• Required action:
Each line of the data below from the one holding "#112=IFCPRODUCTDEFINITIONSHAPE($,$,(#111));" to the one holding "#119=IFCINDEXEDPOLYGONALFACE((3,4,8,7));", inclusive, is to be reproduced exactly; no other line belongs in the answer.

Data records
------------------------------------------------------------------------
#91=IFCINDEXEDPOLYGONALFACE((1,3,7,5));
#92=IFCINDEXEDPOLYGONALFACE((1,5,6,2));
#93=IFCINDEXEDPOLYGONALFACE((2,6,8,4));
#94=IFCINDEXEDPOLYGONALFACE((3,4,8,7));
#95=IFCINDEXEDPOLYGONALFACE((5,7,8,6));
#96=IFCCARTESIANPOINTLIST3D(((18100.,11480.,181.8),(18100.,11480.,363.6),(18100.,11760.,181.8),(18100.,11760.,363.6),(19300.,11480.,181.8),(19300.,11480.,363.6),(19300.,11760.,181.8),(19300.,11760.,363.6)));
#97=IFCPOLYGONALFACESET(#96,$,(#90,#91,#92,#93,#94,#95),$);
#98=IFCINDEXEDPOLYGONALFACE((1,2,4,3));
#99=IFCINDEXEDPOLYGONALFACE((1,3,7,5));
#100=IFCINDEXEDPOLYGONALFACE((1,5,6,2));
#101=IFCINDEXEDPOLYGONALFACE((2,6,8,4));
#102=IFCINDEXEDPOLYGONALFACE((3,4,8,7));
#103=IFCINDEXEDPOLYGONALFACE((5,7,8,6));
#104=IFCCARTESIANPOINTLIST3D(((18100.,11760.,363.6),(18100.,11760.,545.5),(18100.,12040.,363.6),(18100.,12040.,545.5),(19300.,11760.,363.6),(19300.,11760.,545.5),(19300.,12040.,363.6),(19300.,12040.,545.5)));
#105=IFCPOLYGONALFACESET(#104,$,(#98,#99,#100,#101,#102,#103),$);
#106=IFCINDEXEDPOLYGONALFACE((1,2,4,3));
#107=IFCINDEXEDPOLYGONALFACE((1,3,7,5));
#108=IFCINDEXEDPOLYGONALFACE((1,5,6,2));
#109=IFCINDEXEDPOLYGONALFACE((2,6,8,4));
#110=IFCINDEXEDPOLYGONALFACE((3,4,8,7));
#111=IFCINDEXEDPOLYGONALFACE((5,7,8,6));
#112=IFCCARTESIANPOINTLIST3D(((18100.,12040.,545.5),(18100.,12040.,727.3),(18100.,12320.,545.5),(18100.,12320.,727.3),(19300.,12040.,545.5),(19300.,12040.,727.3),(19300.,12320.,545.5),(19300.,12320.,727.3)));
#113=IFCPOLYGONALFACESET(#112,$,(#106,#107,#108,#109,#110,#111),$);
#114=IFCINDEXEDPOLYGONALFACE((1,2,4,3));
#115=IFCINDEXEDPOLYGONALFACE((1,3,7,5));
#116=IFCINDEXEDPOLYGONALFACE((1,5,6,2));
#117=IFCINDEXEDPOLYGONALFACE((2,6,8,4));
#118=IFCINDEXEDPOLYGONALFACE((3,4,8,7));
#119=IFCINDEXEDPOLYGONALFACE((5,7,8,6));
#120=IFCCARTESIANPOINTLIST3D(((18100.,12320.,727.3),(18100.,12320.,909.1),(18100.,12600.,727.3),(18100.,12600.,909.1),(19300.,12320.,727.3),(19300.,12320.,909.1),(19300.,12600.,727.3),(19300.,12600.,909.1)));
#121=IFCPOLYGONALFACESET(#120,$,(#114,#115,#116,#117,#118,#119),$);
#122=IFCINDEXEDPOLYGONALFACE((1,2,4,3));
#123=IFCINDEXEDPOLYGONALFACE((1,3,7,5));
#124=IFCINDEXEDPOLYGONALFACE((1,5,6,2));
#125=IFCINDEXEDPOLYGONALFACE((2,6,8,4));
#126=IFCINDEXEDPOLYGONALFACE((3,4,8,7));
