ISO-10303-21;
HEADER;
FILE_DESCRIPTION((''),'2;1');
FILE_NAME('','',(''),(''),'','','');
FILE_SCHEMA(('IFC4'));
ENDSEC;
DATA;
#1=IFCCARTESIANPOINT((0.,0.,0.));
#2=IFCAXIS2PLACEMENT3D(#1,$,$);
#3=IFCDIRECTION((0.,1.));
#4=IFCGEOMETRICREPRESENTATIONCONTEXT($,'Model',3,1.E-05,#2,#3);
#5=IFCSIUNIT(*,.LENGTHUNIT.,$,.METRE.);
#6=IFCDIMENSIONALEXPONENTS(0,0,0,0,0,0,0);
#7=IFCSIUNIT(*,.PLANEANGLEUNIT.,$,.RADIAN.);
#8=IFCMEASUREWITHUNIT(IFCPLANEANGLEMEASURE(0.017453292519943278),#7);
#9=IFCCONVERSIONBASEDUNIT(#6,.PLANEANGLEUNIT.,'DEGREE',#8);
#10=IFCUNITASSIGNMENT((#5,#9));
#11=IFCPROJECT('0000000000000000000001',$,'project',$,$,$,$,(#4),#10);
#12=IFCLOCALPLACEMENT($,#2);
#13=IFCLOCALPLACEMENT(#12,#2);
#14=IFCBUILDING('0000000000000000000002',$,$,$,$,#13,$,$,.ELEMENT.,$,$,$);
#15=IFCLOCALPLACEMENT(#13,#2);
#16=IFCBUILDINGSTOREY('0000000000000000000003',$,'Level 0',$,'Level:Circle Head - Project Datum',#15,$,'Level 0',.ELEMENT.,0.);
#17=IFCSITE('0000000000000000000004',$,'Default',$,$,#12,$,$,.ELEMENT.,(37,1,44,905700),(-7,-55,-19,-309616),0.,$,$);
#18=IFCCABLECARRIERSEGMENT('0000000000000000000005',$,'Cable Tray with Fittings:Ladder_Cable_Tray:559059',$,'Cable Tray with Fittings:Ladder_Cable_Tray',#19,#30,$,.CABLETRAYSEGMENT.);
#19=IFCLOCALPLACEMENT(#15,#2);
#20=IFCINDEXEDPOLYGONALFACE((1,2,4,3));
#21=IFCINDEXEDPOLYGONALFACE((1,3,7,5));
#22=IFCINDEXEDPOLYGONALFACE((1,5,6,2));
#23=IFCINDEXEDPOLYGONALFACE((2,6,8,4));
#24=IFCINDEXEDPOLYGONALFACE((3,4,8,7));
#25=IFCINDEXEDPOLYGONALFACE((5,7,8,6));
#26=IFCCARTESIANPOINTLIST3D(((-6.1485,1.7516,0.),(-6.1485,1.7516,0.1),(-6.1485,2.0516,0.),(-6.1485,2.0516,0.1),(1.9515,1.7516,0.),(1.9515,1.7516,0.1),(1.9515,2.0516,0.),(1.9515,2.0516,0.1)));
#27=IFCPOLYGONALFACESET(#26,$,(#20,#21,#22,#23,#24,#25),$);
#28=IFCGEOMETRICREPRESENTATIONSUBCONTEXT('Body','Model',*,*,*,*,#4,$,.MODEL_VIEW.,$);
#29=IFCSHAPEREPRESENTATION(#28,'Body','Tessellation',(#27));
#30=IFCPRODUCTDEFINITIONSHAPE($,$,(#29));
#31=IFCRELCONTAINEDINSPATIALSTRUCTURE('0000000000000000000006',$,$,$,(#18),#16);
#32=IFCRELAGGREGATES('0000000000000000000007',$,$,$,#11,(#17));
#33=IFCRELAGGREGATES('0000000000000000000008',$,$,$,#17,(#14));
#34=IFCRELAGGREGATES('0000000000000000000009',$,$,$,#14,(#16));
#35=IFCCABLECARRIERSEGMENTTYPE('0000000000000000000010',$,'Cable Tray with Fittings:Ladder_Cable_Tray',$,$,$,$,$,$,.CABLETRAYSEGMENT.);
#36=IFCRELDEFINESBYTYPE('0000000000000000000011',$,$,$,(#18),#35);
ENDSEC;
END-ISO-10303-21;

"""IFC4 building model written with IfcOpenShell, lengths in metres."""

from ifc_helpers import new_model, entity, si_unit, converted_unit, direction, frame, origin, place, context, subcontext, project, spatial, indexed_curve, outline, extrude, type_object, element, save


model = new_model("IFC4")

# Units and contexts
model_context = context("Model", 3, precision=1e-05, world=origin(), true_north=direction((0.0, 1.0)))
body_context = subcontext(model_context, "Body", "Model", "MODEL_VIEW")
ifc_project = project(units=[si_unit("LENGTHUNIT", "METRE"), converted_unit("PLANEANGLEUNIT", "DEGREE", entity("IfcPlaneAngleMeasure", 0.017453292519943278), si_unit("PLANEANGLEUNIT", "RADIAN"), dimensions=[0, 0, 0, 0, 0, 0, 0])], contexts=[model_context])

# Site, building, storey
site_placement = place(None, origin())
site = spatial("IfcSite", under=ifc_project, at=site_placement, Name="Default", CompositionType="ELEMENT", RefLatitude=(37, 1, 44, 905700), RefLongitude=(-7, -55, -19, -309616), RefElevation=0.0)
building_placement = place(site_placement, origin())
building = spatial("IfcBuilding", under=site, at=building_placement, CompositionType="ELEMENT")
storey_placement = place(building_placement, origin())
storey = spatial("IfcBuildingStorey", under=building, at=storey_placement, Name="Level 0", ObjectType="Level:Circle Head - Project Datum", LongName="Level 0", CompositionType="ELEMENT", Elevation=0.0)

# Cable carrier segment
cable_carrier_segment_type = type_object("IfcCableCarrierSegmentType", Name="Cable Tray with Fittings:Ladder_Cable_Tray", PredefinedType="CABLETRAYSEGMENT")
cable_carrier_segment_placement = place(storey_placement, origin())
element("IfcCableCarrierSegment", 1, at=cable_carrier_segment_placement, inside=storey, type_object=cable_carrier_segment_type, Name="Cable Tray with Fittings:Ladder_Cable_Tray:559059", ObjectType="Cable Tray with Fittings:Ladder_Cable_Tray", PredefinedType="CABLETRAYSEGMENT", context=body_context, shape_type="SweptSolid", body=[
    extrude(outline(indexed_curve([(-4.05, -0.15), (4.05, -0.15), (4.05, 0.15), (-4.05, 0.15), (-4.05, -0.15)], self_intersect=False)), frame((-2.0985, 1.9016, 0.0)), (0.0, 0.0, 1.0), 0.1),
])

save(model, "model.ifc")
------------------------------------------------------------------------
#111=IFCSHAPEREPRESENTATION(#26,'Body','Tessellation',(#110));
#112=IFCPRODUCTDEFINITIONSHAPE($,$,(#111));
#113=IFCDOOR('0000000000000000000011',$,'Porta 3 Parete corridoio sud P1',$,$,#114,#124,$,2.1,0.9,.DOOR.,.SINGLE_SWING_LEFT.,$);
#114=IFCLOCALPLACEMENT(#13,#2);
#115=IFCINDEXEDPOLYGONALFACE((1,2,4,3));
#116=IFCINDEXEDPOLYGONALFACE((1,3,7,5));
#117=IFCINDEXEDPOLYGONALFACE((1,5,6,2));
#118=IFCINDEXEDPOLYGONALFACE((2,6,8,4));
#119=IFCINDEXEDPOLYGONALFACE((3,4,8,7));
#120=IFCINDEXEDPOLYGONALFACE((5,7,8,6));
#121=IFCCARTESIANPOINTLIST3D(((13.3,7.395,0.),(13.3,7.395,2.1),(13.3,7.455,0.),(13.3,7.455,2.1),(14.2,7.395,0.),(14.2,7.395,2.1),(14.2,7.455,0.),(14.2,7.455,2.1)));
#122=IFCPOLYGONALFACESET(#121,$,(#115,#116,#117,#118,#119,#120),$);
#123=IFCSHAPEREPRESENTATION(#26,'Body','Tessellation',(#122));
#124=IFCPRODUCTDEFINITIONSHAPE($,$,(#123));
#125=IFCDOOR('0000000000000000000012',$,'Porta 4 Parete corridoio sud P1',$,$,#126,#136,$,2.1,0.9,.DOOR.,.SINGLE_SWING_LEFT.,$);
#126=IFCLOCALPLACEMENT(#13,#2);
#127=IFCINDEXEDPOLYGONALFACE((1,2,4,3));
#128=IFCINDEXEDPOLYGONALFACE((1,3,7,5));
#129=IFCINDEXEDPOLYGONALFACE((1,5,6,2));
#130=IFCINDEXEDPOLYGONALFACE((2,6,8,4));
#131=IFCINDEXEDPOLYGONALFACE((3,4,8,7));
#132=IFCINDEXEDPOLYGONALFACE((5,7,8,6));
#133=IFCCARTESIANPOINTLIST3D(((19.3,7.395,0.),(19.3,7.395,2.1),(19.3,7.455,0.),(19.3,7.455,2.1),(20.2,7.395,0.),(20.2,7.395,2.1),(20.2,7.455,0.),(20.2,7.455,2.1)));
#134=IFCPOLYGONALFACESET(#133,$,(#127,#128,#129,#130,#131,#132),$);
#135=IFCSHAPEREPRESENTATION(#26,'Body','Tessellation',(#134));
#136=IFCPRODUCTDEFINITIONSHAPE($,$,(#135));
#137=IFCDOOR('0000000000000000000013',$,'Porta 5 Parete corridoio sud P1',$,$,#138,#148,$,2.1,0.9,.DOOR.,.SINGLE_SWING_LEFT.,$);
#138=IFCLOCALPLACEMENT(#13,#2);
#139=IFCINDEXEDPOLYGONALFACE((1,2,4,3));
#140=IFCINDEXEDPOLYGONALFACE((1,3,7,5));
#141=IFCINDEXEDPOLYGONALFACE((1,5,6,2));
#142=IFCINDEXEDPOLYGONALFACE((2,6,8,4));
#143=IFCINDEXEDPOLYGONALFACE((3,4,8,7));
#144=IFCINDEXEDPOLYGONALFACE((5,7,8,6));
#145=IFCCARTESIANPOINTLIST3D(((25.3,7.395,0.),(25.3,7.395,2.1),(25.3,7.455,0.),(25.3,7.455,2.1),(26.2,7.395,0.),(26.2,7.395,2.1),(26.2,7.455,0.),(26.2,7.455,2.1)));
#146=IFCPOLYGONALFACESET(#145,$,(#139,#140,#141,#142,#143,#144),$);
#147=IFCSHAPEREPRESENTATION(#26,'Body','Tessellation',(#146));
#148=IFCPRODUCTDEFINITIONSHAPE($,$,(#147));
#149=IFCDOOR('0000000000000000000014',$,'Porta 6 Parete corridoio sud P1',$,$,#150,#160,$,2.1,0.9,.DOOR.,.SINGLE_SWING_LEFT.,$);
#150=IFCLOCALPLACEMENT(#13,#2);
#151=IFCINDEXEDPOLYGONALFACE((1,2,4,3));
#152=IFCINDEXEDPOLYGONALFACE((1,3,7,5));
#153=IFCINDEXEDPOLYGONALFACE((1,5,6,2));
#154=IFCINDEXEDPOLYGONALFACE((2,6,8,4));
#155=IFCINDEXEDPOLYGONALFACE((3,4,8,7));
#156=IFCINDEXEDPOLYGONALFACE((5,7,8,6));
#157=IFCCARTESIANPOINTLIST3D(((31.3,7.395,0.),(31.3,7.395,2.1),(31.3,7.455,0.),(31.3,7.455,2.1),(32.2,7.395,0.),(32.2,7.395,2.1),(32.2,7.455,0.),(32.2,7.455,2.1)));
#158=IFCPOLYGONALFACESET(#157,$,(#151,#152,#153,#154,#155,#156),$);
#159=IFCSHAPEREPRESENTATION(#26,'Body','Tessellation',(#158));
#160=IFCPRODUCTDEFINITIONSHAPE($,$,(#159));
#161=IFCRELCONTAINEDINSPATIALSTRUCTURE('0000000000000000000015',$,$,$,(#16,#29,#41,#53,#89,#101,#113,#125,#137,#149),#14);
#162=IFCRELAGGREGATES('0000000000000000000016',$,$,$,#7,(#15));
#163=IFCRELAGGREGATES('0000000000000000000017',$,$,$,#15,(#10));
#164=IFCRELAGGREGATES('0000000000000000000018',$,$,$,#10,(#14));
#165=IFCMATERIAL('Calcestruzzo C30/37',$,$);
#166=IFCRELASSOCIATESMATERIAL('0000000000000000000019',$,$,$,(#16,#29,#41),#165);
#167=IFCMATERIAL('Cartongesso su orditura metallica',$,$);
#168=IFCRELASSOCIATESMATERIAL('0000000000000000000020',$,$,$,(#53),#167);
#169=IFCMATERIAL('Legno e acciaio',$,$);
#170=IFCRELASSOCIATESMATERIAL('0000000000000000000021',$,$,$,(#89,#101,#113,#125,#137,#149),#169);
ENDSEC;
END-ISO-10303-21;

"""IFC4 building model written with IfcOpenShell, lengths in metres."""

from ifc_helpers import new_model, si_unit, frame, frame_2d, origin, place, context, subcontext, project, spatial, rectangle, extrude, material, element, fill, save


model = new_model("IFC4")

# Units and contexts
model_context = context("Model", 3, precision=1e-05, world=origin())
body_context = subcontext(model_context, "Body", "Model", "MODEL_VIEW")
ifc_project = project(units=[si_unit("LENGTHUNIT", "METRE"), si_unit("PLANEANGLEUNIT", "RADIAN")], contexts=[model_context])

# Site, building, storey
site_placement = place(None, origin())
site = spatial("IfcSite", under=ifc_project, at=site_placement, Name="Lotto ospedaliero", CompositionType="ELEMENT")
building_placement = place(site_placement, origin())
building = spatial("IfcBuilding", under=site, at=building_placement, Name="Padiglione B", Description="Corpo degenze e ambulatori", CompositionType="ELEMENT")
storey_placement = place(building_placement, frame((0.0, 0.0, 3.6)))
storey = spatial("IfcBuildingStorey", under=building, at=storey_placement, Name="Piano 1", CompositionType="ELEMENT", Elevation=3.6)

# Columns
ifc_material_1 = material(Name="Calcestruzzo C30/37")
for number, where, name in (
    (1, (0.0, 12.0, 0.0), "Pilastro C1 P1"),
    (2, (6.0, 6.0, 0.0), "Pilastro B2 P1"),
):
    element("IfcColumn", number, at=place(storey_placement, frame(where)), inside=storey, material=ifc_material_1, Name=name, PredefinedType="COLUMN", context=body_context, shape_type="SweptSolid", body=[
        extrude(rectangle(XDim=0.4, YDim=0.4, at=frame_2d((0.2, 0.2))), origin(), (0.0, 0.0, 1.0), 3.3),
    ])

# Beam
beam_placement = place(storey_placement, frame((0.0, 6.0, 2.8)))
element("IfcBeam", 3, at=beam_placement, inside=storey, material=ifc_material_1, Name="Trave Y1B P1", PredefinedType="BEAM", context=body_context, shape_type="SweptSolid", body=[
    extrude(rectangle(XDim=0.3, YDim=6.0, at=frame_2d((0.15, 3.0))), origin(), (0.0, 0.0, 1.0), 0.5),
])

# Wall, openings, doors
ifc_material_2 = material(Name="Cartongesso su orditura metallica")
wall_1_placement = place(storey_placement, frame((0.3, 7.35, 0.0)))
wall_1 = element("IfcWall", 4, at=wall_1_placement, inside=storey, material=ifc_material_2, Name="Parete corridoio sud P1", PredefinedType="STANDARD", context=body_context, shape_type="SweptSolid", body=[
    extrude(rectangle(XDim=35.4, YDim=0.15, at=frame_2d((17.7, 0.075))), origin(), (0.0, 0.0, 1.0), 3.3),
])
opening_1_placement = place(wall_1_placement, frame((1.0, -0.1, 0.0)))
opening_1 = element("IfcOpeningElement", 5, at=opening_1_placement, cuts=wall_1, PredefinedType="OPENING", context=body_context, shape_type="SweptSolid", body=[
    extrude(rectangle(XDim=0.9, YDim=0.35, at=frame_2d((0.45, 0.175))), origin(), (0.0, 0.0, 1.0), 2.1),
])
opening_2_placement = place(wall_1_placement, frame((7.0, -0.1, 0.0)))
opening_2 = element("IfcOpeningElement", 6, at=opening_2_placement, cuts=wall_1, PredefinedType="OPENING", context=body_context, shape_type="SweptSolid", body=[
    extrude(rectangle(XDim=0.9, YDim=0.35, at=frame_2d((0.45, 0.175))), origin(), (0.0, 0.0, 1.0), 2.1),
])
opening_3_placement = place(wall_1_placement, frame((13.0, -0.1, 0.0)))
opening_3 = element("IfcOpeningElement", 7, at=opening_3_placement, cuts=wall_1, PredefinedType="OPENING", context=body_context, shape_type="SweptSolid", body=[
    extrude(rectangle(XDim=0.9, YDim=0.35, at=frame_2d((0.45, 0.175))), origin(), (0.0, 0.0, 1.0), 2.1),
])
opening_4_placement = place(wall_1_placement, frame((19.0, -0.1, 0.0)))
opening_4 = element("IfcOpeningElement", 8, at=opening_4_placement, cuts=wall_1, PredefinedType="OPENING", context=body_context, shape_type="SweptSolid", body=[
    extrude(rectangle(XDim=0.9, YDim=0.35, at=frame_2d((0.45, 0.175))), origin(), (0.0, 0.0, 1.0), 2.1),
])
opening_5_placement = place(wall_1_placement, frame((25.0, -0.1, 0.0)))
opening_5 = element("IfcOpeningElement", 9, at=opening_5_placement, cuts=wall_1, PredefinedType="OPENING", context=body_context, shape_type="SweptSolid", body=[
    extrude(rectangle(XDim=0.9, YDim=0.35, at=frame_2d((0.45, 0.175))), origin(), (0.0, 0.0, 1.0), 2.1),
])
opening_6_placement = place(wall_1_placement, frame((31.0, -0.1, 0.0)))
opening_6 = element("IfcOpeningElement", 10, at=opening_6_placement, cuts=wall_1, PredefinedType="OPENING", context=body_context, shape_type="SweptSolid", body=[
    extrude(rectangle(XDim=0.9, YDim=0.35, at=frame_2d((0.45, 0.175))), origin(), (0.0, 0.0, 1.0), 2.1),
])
------------------------------------------------------------------------
• Answer:
#112=IFCPRODUCTDEFINITIONSHAPE($,$,(#111));
#113=IFCDOOR('0000000000000000000011',$,'Porta 3 Parete corridoio sud P1',$,$,#114,#124,$,2.1,0.9,.DOOR.,.SINGLE_SWING_LEFT.,$);
#114=IFCLOCALPLACEMENT(#13,#2);
#115=IFCINDEXEDPOLYGONALFACE((1,2,4,3));
#116=IFCINDEXEDPOLYGONALFACE((1,3,7,5));
#117=IFCINDEXEDPOLYGONALFACE((1,5,6,2));
#118=IFCINDEXEDPOLYGONALFACE((2,6,8,4));
#119=IFCINDEXEDPOLYGONALFACE((3,4,8,7));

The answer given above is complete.